# BigLots has bluckies on sale for $12.88



## Terror Tom (Nov 3, 2008)

Just went to BigLots today. They're discounting the normally $16 bluckies for $12.88. They didn't have a whole lot of them at my store and they were starting to put out the Christmas stuff . So if you need bluckies, might give them a look.


----------



## stormygirl84 (Sep 4, 2009)

Okay, I am totally new to this whole haunting thing... What are these "bluckies" people keep talking about?? I don't know the lingo, people!


----------



## Johnson724 (Jun 24, 2009)

Lower grade skeletons


----------



## Terror Tom (Nov 3, 2008)

Bluckies are blow molded skeleton like the one in the attached picture.
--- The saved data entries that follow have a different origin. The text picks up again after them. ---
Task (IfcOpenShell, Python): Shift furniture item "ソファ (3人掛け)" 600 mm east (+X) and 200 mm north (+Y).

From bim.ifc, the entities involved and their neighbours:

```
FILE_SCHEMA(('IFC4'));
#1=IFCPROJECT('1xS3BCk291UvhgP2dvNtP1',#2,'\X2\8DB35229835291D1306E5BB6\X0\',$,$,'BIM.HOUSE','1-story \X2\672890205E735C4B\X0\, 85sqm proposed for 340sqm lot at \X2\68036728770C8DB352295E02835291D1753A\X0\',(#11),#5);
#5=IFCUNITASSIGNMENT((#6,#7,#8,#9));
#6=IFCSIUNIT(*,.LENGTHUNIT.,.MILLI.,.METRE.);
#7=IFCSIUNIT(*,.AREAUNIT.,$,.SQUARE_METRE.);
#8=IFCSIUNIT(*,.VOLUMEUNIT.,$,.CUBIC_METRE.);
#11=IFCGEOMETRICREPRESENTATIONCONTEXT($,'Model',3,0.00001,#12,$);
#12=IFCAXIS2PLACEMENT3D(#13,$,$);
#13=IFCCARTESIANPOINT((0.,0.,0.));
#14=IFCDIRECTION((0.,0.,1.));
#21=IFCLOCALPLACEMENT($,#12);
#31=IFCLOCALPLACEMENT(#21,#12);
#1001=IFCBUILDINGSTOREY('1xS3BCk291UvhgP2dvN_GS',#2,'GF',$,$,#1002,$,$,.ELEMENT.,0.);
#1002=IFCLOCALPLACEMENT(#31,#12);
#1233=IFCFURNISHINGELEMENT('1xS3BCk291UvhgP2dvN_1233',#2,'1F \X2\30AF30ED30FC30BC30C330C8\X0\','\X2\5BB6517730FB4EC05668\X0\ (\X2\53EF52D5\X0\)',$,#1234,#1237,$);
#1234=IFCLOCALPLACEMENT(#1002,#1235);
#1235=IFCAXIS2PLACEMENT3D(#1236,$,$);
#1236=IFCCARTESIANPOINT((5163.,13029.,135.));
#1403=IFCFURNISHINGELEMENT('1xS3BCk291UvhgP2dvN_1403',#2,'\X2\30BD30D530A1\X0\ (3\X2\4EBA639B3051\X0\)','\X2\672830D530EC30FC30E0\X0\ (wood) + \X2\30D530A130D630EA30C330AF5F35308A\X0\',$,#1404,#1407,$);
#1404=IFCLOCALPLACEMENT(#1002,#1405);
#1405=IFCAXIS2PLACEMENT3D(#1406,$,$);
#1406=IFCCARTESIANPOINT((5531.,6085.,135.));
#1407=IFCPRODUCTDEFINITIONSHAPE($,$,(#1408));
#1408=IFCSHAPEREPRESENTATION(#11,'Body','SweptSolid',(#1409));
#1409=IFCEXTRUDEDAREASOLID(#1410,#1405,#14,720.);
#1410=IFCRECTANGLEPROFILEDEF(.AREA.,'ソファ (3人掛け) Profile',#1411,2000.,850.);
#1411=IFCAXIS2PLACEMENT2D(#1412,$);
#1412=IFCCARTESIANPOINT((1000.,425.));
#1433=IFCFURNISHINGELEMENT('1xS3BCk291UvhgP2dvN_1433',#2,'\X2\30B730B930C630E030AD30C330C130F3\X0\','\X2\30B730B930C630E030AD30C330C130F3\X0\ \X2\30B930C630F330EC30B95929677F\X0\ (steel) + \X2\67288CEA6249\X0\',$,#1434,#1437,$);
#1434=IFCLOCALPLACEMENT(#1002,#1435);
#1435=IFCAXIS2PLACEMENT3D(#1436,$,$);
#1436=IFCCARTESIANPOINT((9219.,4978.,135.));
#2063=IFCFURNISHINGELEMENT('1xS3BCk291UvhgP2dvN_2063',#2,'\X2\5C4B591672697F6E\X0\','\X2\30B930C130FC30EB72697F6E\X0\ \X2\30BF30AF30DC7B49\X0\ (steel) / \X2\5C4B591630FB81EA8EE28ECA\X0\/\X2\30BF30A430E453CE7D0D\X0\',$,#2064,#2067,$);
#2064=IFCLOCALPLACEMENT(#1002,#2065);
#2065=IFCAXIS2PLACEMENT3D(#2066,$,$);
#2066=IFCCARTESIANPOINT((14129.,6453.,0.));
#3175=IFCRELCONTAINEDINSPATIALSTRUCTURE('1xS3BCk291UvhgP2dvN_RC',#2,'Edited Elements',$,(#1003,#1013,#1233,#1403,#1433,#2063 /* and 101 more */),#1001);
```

```python
import ifcopenshell
import ifcopenshell.api.geometry
import ifcopenshell.util.placement

model = ifcopenshell.open("bim.ifc")

item = model.by_guid("1xS3BCk291UvhgP2dvN_1403")
matrix = ifcopenshell.util.placement.get_local_placement(item.ObjectPlacement)
matrix[0, 3] += 600.0
matrix[1, 3] += 200.0
ifcopenshell.api.geometry.edit_object_placement(model, product=item, matrix=matrix, is_si=False)

print(ifcopenshell.util.placement.get_local_placement(item.ObjectPlacement).round(3) + 0.0)

model.write("bim-out.ifc")
```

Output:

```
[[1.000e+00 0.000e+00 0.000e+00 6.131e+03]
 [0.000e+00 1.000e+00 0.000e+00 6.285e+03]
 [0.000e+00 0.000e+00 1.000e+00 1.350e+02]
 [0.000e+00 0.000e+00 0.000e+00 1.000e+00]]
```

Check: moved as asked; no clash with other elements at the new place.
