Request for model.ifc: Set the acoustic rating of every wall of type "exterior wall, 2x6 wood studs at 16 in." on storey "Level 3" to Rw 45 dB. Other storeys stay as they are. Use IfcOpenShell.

First a look at what the model holds.

```python
import ifcopenshell
import ifcopenshell.util.element

model = ifcopenshell.open("model.ifc")
print(model.schema)
storey = next(s for s in model.by_type("IfcBuildingStorey") if s.Name == "Level 3")
walls = [e for e in ifcopenshell.util.element.get_decomposition(storey) if e.is_a("IfcWall")]
seen = {}
for e in walls:
    element_type = ifcopenshell.util.element.get_type(e)
    key = (element_type.Name if element_type != e and element_type else None, ifcopenshell.util.element.get_pset(e, "Pset_WallCommon", "AcousticRating"))
    seen[key] = seen.get(key, 0) + 1
for (name, value), count in sorted(seen.items(), key=str):
    print(count, "x", name, "|", value)
```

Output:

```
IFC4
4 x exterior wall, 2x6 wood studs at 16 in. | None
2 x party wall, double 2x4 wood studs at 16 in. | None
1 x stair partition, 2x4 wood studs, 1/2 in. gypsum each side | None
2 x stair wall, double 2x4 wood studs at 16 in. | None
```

```python
import ifcopenshell
import ifcopenshell.api.pset
import ifcopenshell.util.element

model = ifcopenshell.open("model.ifc")

storey = next(s for s in model.by_type("IfcBuildingStorey") if s.Name == "Level 3")
walls = [e for e in ifcopenshell.util.element.get_decomposition(storey) if e.is_a("IfcWall")]

count = 0
for e in walls:
    element_type = ifcopenshell.util.element.get_type(e)
    if element_type in (None, e) or element_type.Name != "exterior wall, 2x6 wood studs at 16 in.":
        continue
    # add_pset returns the element's existing set when there is one.
    pset = ifcopenshell.api.pset.add_pset(model, product=e, name="Pset_WallCommon")
    ifcopenshell.api.pset.edit_pset(model, pset=pset, properties={"AcousticRating": "Rw 45 dB"})
    count += 1

print(count, "walls updated")

model.write("model-out.ifc")
```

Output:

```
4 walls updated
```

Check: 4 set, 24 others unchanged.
The 4th class skeletons from Anatomical Chart Company were nicknamed Bucky so the blow mold skeletons became to be known as Blucky.


----------



## stormygirl84 (Sep 4, 2009)

Ohhhhh, okay. Thanks for the explanation!


----------



## RCIAG (Jul 19, 2010)

My Big Lots is totally moving Halloween outta the way for Christmas already!! And I'm glad you posted this, I saw that this weekend & totally forgot about it!


----------



## Ghost of Spookie (Sep 28, 2008)

Thanks Terror Tom! I saw your post late last night and wondered if my locations would have any left today, but they did. Took the last 2 from one store and bought 2 from 6 from the second location (hey, San Jose CA members--4 left at the Campbell location as of 3:30 pm today--sold out at Camden/Hillsdale location). I picked up a few Walgreens guys this year too but when I get ready to do my carnival or pirate scene's I'll need more cold bodies to use, so really appreciate getting them at this price.


----------



## pumpkinheadedskeleton (Apr 26, 2010)

Blucky's by themselves kinda stink. They are like the Casper of skeletons, meaning that they are not the least bit scary or creepy. But I've seen some fantastic "corpsing" (is that the word for it) done to them where they look awesome.


----------